1.1. Conventions Used in this Document
2. NETCONF over TLS
2.1. Connection Initiation
2.2. Connection Closure
3. Endpoint Authentication and Identification
3.1. Server Identity
3.2. Client Identity
4. Security Considerations
5. IANA Considerations
7. Contributor's Address
8. Normative References
Appendix A. Change Log (to be removed by RFC Editor before publication)
§ Author's Address
The NETCONF protocol [RFC4741] (Enns, R., “NETCONF Configuration Protocol,” December 2006.) defines a mechanism through which a network device can be managed. NETCONF is connection-oriented, requiring a persistent connection between peers. This connection must provide reliable, sequenced data delivery, integrity and confidentiality and peers authentication.
This document defines "NETCONF over TLS", which includes support for certificate-based mutual authentication and key derivation, utilizing the protected ciphersuite negotiation, mutual authentication and key management capabilities of the TLS (Transport Layer Security) protocol, described in [RFC5246] (Dierks, T. and E. Rescorla, “The Transport Layer Security (TLS) Protocol Version 1.2,” August 2008.).
Throughout this document, the terms "client" and "server" are used to refer to the two ends of the TLS connection. The client actively opens the TLS connection, and the server passively listens for the incoming TLS connection. The terms "manager" and "agent" are used to refer to the two ends of the NETCONF protocol session. The manager issues NETCONF remote procedure call (RPC) commands, and the agent replies to those commands. When NETCONF is run over TLS using the mapping defined in this document, the client is always the manager, and the server is always the agent.
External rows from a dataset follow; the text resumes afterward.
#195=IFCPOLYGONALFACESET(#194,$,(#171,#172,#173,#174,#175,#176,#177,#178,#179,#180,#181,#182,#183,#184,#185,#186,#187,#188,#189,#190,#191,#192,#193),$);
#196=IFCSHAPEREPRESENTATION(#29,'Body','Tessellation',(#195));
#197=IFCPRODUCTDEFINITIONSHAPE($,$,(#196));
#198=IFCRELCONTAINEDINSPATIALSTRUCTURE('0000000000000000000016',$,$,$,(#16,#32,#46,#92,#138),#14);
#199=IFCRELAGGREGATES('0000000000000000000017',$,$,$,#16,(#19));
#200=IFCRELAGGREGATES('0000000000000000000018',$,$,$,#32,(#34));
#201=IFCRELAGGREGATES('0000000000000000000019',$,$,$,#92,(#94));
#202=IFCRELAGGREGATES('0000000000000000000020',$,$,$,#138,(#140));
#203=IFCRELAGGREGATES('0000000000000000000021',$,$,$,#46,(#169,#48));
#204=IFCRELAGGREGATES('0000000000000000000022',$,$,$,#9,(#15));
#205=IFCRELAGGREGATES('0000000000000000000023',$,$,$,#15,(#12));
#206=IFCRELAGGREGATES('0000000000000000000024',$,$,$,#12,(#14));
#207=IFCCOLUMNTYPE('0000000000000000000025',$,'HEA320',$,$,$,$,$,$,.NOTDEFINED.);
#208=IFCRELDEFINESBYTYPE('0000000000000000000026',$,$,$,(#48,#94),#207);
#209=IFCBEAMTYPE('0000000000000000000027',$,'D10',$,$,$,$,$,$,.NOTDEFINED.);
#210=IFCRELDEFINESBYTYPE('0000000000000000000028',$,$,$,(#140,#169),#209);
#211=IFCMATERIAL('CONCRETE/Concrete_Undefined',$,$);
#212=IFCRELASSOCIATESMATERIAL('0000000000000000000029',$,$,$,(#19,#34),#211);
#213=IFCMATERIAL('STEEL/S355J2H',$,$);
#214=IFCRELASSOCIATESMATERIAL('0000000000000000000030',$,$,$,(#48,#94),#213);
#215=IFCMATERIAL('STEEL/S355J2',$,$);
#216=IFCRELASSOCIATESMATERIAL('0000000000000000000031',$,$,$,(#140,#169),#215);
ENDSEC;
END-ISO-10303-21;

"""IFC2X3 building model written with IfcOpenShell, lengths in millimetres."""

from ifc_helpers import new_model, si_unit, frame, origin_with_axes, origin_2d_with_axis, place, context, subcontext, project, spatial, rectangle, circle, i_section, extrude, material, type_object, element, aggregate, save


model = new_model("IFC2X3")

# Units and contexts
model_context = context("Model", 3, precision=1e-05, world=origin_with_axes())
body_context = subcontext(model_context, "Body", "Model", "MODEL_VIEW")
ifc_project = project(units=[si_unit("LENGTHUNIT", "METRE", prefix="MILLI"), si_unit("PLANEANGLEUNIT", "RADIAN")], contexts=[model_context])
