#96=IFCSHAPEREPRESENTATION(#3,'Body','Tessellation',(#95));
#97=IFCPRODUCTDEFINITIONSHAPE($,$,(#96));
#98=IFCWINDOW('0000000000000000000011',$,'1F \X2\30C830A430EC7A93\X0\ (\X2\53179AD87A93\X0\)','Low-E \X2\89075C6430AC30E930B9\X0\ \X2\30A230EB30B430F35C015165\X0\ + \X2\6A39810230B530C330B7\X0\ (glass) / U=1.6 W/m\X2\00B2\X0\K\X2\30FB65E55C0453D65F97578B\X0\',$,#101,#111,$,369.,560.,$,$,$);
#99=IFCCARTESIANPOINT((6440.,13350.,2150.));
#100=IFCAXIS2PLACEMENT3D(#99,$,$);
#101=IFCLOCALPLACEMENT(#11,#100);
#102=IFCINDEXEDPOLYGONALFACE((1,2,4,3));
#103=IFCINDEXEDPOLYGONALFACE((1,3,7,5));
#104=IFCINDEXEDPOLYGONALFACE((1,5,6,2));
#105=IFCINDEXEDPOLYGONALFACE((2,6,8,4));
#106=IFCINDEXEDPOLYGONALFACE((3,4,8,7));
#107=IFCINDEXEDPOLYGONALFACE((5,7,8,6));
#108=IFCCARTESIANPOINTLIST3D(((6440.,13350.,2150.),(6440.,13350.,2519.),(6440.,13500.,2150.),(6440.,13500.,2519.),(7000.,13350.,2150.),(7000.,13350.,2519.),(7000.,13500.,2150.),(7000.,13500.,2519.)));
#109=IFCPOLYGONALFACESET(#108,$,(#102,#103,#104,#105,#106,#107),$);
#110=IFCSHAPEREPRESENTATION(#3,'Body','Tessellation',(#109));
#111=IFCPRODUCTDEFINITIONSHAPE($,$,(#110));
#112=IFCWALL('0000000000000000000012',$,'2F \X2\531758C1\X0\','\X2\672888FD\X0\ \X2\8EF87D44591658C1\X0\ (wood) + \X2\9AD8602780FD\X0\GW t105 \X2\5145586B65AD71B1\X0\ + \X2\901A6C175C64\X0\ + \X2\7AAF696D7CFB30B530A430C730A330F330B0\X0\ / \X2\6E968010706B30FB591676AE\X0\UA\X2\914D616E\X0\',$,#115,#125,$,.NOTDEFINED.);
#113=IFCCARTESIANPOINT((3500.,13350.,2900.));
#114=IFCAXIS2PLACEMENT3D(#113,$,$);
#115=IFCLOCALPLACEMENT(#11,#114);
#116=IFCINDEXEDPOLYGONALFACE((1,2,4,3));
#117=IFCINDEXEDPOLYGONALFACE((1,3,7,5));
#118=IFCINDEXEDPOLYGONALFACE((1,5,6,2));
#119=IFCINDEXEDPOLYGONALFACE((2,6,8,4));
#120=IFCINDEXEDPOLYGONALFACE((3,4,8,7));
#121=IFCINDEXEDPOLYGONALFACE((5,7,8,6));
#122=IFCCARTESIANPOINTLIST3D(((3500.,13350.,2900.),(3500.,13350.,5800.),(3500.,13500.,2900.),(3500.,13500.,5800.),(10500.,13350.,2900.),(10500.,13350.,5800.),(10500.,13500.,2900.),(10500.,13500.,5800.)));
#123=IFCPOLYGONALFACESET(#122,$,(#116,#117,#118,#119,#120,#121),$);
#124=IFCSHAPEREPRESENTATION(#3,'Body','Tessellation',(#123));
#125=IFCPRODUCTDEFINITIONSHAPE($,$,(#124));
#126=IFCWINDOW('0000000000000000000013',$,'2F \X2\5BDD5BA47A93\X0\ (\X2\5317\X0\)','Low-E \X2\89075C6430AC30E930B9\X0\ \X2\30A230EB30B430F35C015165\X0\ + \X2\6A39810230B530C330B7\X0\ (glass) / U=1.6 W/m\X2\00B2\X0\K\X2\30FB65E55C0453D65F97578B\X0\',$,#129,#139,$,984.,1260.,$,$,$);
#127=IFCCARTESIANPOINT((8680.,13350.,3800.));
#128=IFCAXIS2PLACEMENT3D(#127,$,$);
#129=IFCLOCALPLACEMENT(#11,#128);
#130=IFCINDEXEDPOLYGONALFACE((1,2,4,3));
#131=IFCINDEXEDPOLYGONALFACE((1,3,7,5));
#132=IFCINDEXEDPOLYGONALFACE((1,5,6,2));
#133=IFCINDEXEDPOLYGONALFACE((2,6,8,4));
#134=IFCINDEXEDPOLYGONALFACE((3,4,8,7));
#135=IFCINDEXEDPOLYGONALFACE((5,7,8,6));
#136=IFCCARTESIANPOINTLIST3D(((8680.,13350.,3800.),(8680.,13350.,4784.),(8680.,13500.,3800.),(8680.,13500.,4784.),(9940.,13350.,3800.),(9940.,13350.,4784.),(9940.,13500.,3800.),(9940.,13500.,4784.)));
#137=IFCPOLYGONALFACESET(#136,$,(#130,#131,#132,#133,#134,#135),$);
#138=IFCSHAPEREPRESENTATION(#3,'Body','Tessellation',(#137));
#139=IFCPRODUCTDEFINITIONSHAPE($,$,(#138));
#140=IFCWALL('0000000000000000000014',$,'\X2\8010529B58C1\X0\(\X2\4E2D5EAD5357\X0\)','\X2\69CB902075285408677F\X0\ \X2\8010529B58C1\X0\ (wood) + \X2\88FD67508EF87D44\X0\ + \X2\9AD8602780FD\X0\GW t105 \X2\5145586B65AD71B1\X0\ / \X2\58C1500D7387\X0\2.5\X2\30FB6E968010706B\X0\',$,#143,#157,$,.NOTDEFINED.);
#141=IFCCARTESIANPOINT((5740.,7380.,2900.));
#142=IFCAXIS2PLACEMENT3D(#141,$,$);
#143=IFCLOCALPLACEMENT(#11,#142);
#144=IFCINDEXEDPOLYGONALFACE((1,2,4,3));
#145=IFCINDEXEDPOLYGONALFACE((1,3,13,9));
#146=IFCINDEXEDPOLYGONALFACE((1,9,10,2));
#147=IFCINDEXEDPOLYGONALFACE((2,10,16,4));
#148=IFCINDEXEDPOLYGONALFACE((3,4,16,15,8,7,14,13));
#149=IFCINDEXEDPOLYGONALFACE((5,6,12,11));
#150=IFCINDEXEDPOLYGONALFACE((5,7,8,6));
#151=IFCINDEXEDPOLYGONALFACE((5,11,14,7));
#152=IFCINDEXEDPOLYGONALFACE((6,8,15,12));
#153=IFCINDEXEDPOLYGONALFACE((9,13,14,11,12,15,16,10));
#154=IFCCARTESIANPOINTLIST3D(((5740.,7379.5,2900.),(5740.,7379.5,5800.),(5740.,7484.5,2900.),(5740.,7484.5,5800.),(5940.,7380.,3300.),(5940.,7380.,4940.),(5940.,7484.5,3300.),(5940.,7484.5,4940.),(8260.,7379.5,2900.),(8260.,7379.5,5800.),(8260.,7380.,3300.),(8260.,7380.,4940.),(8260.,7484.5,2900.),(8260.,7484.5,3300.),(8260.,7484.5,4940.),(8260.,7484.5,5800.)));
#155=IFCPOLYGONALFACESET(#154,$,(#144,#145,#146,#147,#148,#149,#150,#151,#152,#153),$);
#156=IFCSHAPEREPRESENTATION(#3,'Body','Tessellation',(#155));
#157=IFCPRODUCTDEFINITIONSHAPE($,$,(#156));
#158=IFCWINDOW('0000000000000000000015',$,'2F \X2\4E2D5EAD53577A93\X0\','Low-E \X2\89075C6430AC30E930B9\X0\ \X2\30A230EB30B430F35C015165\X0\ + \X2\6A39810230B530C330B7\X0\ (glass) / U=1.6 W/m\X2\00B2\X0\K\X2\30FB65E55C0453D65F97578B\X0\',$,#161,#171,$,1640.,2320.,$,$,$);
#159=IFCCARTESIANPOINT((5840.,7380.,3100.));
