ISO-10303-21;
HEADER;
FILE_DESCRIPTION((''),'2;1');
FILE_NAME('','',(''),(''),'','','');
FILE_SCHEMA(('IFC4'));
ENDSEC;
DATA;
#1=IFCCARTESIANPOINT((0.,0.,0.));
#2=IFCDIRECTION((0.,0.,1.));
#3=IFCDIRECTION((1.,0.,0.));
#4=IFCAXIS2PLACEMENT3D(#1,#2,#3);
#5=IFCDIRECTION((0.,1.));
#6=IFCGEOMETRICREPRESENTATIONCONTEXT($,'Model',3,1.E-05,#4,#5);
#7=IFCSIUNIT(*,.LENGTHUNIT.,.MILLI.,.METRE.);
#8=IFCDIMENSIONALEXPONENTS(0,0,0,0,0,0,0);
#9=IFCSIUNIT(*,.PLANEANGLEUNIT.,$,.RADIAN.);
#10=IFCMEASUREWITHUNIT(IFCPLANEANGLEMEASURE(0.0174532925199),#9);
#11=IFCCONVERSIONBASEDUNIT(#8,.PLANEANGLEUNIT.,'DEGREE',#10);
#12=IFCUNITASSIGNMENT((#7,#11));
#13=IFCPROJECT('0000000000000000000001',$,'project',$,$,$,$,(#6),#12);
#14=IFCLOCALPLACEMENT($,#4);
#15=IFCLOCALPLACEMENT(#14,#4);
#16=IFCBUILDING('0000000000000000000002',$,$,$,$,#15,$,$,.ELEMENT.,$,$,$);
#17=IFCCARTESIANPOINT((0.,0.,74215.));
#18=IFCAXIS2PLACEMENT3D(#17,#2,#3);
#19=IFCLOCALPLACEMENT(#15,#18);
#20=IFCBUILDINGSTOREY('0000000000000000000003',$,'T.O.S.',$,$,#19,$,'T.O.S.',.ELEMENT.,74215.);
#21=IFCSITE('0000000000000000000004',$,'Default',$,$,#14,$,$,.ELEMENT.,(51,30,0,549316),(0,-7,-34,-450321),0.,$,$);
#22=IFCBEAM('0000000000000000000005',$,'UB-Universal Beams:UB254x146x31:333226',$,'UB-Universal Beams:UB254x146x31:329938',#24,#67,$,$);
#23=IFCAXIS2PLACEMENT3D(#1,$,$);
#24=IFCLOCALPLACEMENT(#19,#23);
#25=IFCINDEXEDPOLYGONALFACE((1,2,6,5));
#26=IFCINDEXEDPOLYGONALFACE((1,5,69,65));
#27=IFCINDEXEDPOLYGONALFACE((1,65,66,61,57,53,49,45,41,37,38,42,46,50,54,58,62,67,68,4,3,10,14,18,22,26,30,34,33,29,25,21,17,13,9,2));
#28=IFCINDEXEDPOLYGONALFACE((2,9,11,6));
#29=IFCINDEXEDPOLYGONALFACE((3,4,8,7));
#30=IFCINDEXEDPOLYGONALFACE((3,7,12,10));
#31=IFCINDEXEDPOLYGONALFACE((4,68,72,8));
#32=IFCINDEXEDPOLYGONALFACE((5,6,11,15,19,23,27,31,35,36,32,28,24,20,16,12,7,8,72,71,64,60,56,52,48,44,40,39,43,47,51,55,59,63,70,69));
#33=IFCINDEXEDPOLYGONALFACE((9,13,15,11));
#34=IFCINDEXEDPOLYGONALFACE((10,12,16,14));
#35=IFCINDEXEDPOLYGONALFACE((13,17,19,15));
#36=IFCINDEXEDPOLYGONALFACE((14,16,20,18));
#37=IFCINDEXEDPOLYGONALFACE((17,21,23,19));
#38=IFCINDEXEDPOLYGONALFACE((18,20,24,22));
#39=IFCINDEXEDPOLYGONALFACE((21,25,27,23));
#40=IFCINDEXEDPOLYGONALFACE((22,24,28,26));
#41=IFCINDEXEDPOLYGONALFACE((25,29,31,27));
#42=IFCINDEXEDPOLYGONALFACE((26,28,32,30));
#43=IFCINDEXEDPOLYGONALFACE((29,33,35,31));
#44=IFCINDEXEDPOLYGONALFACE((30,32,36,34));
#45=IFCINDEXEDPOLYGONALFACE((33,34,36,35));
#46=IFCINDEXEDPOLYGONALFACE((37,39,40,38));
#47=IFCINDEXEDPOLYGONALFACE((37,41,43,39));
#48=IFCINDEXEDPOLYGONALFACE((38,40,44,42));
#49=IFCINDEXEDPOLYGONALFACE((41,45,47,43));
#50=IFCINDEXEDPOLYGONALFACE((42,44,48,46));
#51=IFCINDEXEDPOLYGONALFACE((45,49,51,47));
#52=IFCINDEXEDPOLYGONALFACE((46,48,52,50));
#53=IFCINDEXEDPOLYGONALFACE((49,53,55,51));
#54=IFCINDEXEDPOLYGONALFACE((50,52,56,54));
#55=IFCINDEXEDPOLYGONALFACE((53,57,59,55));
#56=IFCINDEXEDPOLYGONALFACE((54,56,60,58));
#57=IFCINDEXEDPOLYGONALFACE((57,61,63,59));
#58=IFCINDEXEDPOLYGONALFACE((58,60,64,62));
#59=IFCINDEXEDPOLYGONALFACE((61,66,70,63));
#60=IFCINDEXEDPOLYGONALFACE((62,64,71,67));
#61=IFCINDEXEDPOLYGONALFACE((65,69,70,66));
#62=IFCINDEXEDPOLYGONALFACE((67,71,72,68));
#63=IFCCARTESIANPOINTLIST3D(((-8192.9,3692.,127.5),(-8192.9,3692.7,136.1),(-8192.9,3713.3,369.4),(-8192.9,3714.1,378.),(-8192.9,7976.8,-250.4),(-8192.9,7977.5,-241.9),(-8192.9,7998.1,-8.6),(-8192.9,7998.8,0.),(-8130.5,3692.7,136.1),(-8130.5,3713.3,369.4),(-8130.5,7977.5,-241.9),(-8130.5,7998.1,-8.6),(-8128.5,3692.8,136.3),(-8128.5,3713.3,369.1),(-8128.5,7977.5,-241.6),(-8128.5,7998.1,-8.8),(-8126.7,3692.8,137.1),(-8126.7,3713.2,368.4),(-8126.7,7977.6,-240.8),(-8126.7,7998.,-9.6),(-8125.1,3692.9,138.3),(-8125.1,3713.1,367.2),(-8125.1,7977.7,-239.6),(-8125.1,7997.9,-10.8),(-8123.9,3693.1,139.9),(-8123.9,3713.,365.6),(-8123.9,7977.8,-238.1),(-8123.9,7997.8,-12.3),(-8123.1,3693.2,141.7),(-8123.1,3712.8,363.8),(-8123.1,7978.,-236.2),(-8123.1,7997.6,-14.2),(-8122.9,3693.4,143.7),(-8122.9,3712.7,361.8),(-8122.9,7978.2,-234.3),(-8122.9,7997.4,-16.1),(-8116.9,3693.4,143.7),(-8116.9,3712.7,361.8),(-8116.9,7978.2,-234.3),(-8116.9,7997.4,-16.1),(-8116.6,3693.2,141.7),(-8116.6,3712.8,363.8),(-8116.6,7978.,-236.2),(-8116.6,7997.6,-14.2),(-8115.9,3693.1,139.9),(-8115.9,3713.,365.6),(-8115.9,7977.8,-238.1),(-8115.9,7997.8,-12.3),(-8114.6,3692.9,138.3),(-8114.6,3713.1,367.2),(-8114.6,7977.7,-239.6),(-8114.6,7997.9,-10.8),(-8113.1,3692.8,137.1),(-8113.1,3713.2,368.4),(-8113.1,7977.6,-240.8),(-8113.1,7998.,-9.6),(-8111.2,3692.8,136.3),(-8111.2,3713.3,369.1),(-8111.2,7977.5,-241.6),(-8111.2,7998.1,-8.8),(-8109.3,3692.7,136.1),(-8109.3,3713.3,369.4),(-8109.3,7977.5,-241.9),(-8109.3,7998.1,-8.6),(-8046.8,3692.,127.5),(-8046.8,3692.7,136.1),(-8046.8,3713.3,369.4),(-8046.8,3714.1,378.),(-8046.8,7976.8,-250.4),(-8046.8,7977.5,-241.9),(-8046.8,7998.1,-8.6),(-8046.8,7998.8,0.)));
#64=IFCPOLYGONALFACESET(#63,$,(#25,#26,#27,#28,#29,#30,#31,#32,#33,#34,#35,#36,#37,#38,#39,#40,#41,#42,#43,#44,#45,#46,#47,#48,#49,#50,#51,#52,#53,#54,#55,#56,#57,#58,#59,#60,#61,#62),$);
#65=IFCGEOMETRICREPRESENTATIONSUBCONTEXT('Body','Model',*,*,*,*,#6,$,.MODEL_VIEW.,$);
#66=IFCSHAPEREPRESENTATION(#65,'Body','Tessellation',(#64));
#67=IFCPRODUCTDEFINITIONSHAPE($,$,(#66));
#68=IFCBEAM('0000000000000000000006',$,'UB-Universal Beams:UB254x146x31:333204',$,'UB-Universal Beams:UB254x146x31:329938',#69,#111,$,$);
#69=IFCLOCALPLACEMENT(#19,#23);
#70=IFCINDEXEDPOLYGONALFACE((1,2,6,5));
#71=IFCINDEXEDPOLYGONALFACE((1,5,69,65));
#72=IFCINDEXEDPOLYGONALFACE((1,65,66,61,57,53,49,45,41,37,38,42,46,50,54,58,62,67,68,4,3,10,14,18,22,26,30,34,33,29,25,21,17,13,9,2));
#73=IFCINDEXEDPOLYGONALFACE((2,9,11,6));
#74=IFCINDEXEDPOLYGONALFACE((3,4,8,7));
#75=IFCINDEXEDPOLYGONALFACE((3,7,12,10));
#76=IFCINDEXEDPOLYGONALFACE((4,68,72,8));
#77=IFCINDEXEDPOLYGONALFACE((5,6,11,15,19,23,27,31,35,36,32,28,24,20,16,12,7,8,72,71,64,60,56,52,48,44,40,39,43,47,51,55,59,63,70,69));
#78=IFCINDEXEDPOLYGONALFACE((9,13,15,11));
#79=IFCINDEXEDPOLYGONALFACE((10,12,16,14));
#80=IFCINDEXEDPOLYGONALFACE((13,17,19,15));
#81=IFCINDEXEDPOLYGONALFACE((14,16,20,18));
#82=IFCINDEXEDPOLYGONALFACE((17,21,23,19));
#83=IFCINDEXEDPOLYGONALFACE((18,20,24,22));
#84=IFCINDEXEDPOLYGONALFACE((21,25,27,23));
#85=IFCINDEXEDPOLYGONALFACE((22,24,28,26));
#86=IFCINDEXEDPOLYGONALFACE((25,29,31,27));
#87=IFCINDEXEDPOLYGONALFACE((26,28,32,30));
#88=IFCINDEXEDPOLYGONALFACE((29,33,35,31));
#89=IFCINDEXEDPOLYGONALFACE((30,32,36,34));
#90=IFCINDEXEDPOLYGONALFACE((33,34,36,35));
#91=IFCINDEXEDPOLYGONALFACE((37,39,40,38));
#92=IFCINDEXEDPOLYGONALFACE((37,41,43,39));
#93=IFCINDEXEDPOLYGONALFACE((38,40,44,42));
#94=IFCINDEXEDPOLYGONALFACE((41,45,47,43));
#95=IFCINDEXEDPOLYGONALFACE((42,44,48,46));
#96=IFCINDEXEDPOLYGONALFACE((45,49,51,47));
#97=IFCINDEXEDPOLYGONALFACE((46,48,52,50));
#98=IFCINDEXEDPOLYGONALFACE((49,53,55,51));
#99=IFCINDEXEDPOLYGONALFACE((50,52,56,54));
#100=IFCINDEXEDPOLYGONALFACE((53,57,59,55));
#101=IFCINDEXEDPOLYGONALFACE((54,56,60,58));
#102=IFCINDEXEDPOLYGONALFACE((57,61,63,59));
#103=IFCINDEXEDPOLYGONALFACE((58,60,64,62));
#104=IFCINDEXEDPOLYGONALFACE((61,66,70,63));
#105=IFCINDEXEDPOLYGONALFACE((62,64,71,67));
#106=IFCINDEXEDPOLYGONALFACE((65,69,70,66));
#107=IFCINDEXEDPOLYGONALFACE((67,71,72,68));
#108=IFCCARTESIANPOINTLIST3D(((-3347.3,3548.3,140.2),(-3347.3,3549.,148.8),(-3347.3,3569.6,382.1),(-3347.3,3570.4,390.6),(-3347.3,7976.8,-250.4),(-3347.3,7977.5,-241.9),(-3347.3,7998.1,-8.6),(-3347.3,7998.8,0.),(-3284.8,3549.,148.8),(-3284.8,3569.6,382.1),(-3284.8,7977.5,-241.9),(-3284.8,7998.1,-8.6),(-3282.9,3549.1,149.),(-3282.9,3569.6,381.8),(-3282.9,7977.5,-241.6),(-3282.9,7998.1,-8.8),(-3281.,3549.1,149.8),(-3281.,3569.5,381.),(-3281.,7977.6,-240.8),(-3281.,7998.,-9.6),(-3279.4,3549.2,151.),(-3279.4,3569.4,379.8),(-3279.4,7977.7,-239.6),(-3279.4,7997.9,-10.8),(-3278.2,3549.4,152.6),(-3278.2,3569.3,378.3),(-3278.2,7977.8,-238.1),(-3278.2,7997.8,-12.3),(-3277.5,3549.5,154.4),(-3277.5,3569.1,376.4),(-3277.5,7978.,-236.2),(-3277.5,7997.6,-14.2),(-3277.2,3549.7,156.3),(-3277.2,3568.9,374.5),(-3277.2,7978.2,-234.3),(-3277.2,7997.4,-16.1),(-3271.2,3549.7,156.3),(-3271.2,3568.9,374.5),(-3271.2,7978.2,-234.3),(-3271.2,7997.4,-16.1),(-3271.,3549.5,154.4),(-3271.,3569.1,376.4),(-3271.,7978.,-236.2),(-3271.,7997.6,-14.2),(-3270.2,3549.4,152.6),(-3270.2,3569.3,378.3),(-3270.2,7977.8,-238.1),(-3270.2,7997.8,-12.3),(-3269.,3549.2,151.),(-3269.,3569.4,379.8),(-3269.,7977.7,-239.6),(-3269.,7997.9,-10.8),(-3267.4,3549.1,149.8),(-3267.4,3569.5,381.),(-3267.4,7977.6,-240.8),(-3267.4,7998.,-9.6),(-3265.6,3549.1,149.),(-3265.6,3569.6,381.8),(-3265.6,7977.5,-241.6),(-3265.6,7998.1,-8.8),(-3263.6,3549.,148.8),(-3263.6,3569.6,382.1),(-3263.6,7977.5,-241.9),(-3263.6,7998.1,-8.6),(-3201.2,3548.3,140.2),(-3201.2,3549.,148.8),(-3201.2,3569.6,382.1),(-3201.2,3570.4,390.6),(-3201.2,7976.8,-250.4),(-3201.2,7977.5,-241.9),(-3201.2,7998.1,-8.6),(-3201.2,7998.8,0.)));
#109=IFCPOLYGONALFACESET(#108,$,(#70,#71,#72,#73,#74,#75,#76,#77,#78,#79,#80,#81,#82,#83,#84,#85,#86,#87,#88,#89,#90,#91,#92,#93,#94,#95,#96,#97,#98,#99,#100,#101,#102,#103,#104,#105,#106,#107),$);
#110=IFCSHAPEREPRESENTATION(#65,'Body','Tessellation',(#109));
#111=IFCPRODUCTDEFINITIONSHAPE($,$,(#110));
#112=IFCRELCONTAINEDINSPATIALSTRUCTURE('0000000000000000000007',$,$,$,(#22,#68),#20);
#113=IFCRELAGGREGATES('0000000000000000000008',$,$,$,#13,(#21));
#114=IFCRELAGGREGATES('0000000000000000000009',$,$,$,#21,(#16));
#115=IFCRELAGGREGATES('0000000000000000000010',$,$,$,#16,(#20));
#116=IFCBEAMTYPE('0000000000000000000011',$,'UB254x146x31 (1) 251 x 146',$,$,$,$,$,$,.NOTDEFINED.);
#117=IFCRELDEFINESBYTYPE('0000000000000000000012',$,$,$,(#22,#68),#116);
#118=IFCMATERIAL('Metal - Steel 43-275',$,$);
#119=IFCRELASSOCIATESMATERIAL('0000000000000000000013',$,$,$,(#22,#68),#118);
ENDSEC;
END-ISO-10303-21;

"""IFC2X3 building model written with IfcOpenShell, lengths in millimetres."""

from ifc_helpers import new_model, entity, si_unit, converted_unit, point, direction, frame, frame_2d, origin_with_axes, place, context, subcontext, project, spatial, polyline, circle_curve, parameter, trimmed, segment, composite_curve, outline, extrude, clip, halfspace, material, type_object, element, save


model = new_model("IFC2X3")

# Units and contexts
model_context = context("Model", 3, precision=1e-05, world=origin_with_axes(), true_north=direction((0.0, 1.0)))
body_context = subcontext(model_context, "Body", "Model", "MODEL_VIEW")
ifc_project = project(units=[si_unit("LENGTHUNIT", "METRE", prefix="MILLI"), converted_unit("PLANEANGLEUNIT", "DEGREE", entity("IfcPlaneAngleMeasure", 0.0174532925199), si_unit("PLANEANGLEUNIT", "RADIAN"), dimensions=[0, 0, 0, 0, 0, 0, 0])], contexts=[model_context])

# Site, building, storey
site_placement = place(None, origin_with_axes())
site = spatial("IfcSite", under=ifc_project, at=site_placement, Name="Default", CompositionType="ELEMENT", RefLatitude=(51, 30, 0, 549316), RefLongitude=(0, -7, -34, -450321), RefElevation=0.0)
building_placement = place(site_placement, origin_with_axes())
building = spatial("IfcBuilding", under=site, at=building_placement, CompositionType="ELEMENT")
storey_placement = place(building_placement, frame((0.0, 0.0, 74215.0), z_axis=(0.0, 0.0, 1.0), x_axis=(1.0, 0.0, 0.0)))
storey = spatial("IfcBuildingStorey", under=building, at=storey_placement, Name="T.O.S.", LongName="T.O.S.", CompositionType="ELEMENT", Elevation=74215.0)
The key words "MUST", "MUST NOT", "REQUIRED", "SHALL", "SHALL NOT", "SHOULD", "SHOULD NOT", "RECOMMENDED", "MAY", and "OPTIONAL" in this document are to be interpreted as described in [RFC2119] (Bradner, S., “Key words for use in RFCs to Indicate Requirement Levels,” March 1997.).
Since TLS is application protocol-independent, NETCONF can operate on top of the TLS protocol transparently. This document defines how NETCONF can be used within a TLS session.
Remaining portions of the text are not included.